Smith’s musical versatility has served him well, particularly given the fact that he estimates that he has “a couple of thousand songs he knows that people recognize” rattling around in his head. It’s allowed Smith to bond with Hall over their common love of The Dells and Delfonics before the latter hired the former to play guitar for him and Oates, be a band leader for a number of Kennedy Center functions honoring Willie Nelson and Dylan and serve the same role for the Mark Twain Awards, of which one of these events paid tribute to his old SNL boss Lorne Michaels. And while it would be easy for Smith to rest on his laurels, it’s his current collaboration with Bell that he’s most excited about.

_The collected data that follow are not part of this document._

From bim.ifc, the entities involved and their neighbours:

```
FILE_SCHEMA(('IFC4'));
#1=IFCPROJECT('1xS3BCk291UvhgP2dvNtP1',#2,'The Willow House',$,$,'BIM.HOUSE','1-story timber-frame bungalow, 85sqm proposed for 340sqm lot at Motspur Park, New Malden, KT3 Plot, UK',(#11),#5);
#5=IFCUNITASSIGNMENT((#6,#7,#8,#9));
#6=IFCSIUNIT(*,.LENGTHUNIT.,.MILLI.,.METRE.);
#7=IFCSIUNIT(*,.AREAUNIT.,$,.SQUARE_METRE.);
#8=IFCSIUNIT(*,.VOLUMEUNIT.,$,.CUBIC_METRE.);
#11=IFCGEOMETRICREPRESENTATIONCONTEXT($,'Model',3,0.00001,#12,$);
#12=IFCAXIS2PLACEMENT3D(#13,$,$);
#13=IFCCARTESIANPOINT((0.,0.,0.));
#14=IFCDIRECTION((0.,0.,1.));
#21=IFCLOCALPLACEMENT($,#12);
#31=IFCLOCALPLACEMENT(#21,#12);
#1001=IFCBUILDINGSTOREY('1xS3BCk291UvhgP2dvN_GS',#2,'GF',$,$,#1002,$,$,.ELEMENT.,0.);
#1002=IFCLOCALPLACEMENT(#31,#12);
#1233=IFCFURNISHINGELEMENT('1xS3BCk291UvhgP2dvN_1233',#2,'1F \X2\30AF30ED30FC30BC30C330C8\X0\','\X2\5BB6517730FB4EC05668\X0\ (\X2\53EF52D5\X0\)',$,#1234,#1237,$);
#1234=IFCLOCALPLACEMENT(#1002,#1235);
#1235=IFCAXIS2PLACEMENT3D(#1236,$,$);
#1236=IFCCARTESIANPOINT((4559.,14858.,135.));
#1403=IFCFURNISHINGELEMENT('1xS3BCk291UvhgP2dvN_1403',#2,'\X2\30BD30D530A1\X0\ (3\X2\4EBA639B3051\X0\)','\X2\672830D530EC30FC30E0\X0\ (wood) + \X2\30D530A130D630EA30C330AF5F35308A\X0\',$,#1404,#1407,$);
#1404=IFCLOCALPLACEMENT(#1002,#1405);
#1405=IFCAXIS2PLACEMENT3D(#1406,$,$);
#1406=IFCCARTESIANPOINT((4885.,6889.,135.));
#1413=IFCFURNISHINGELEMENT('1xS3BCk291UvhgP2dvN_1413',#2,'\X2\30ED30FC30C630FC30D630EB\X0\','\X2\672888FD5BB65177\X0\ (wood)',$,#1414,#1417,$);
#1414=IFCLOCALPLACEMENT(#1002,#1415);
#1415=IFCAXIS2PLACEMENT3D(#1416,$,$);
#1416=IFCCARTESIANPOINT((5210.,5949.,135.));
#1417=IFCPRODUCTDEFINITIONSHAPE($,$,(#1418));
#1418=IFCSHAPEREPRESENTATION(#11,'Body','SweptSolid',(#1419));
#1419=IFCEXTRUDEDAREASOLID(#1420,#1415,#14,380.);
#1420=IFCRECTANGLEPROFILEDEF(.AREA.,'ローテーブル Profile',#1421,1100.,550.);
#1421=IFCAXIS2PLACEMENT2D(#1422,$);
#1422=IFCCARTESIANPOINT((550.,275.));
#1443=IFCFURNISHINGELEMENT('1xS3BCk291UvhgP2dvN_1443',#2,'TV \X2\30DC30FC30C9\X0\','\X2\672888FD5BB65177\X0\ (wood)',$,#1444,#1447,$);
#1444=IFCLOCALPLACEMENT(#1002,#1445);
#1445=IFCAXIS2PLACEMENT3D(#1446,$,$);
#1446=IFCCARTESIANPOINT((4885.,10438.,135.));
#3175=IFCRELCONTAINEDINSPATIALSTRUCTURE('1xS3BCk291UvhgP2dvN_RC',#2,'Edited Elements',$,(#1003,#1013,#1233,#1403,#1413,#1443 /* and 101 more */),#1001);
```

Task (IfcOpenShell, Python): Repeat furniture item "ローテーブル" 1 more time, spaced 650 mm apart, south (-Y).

```python
import numpy as np
import ifcopenshell
import ifcopenshell.api.geometry
import ifcopenshell.api.root
import ifcopenshell.util.element
import ifcopenshell.util.placement
import ifcopenshell.util.unit

model = ifcopenshell.open("bim.ifc")
unit_scale = ifcopenshell.util.unit.calculate_unit_scale(model)


def reuse_history(source, copy):
    """copy_class also copies each property set's owner history, people and application; keep the originals."""
    for rel in copy.IsDefinedBy:
        if rel.is_a("IfcRelDefinesByProperties") and (history := rel.RelatingPropertyDefinition.OwnerHistory):
            rel.RelatingPropertyDefinition.OwnerHistory = source.OwnerHistory
            ifcopenshell.util.element.remove_deep2(model, history)


source = model.by_guid("1xS3BCk291UvhgP2dvN_1413")
base = ifcopenshell.util.placement.get_local_placement(source.ObjectPlacement)
step = np.array([0.0, -1.0, 0.0]) * 0.65 / unit_scale

for i in range(1, 2):
    copy = ifcopenshell.api.root.copy_class(model, product=source)
    copy.Representation = ifcopenshell.util.element.copy_deep(
        model, source.Representation, exclude=["IfcGeometricRepresentationContext", "IfcRepresentationMap"]
    )
    reuse_history(source, copy)
    matrix = base.copy()
    matrix[:3, 3] += i * step
    print("added at", matrix[:3, 3].round(3) + 0.0)
    ifcopenshell.api.geometry.edit_object_placement(model, product=copy, matrix=matrix, is_si=False)

model.write("bim-out.ifc")
```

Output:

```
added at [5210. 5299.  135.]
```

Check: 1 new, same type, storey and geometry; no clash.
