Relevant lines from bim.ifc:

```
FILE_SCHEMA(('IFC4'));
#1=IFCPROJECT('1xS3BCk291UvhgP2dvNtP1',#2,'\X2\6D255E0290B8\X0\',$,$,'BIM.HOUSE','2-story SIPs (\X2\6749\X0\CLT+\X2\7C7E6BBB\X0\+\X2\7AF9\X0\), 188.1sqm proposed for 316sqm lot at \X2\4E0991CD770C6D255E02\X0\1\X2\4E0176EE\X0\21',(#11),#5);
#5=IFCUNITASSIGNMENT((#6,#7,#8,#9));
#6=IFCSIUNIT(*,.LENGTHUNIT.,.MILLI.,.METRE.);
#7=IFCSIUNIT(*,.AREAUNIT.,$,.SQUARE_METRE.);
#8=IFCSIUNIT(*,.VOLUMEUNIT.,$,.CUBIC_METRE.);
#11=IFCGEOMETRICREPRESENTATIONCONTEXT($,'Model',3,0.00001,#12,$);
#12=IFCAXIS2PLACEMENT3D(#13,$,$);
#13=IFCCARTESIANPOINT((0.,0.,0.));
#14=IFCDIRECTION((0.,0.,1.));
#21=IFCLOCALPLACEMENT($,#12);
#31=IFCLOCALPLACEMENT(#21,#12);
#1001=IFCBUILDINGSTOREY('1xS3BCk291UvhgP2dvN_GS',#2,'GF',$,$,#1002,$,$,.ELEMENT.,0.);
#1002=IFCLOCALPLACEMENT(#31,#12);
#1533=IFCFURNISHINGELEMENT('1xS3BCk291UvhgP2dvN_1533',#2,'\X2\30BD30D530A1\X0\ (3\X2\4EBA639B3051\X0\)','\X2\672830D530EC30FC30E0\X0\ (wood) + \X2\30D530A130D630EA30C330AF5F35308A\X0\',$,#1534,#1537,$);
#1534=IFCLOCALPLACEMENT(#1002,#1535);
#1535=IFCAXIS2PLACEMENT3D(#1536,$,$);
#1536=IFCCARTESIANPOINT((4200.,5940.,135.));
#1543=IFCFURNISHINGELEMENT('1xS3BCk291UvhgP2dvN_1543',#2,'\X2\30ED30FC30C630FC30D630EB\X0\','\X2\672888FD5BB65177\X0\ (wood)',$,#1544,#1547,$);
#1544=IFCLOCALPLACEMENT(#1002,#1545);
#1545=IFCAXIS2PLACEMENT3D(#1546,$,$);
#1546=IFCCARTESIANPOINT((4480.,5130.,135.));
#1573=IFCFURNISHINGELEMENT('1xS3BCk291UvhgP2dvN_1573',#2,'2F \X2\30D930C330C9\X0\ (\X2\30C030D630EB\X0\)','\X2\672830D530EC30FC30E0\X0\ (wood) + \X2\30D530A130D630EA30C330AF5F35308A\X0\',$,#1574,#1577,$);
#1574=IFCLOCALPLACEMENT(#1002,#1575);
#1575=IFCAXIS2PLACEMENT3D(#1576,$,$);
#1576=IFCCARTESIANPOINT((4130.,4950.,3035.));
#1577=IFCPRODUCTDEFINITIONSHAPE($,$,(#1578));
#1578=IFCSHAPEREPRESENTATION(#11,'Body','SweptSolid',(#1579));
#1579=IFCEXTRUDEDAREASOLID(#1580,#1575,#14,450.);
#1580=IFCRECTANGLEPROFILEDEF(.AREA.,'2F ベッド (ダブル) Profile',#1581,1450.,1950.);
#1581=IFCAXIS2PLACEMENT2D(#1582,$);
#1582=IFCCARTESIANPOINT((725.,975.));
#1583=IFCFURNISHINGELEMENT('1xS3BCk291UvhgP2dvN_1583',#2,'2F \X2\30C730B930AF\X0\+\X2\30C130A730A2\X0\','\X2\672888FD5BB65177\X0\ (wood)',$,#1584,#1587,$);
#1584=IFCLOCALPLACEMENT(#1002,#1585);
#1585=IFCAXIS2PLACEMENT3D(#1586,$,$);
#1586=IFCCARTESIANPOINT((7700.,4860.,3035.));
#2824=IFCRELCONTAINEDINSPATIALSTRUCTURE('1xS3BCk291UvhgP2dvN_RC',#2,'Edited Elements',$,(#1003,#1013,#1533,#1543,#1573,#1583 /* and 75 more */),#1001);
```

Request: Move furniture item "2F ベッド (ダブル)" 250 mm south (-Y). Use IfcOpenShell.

```python
import ifcopenshell
import ifcopenshell.api.geometry
import ifcopenshell.util.placement
import ifcopenshell.util.unit

model = ifcopenshell.open("bim.ifc")
unit_scale = ifcopenshell.util.unit.calculate_unit_scale(model)

item = model.by_guid("1xS3BCk291UvhgP2dvN_1573")
matrix = ifcopenshell.util.placement.get_local_placement(item.ObjectPlacement)
matrix[1, 3] -= 0.25 / unit_scale
ifcopenshell.api.geometry.edit_object_placement(model, product=item, matrix=matrix, is_si=False)

print(ifcopenshell.util.placement.get_local_placement(item.ObjectPlacement).round(3) + 0.0)

model.write("bim_v2.ifc")
```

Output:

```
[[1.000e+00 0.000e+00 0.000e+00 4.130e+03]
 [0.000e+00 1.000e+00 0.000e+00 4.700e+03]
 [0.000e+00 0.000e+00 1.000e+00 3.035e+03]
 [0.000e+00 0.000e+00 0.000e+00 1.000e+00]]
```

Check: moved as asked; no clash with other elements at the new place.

“I’ve played on a lot of good records—great songs that were recorded and not hits and bad songs that were hits,” he said. “So you can never tell. I’m really proud of this Stony Hill record and I love working with LeRoy. To me, it’s really important to have that combination—LeRoy is black and I’m white—that’s obvious. But that’s the combination in American culture, especially in American musical culture. That’s what makes it great. That combination of what started in the 18th and 19th century. What the slaves brought from Africa and the music that the lower-class people that came from the British Isles, Germany and Italy brought over. When it all intermingled, that’s what made American music and what’s great about it—that combination.”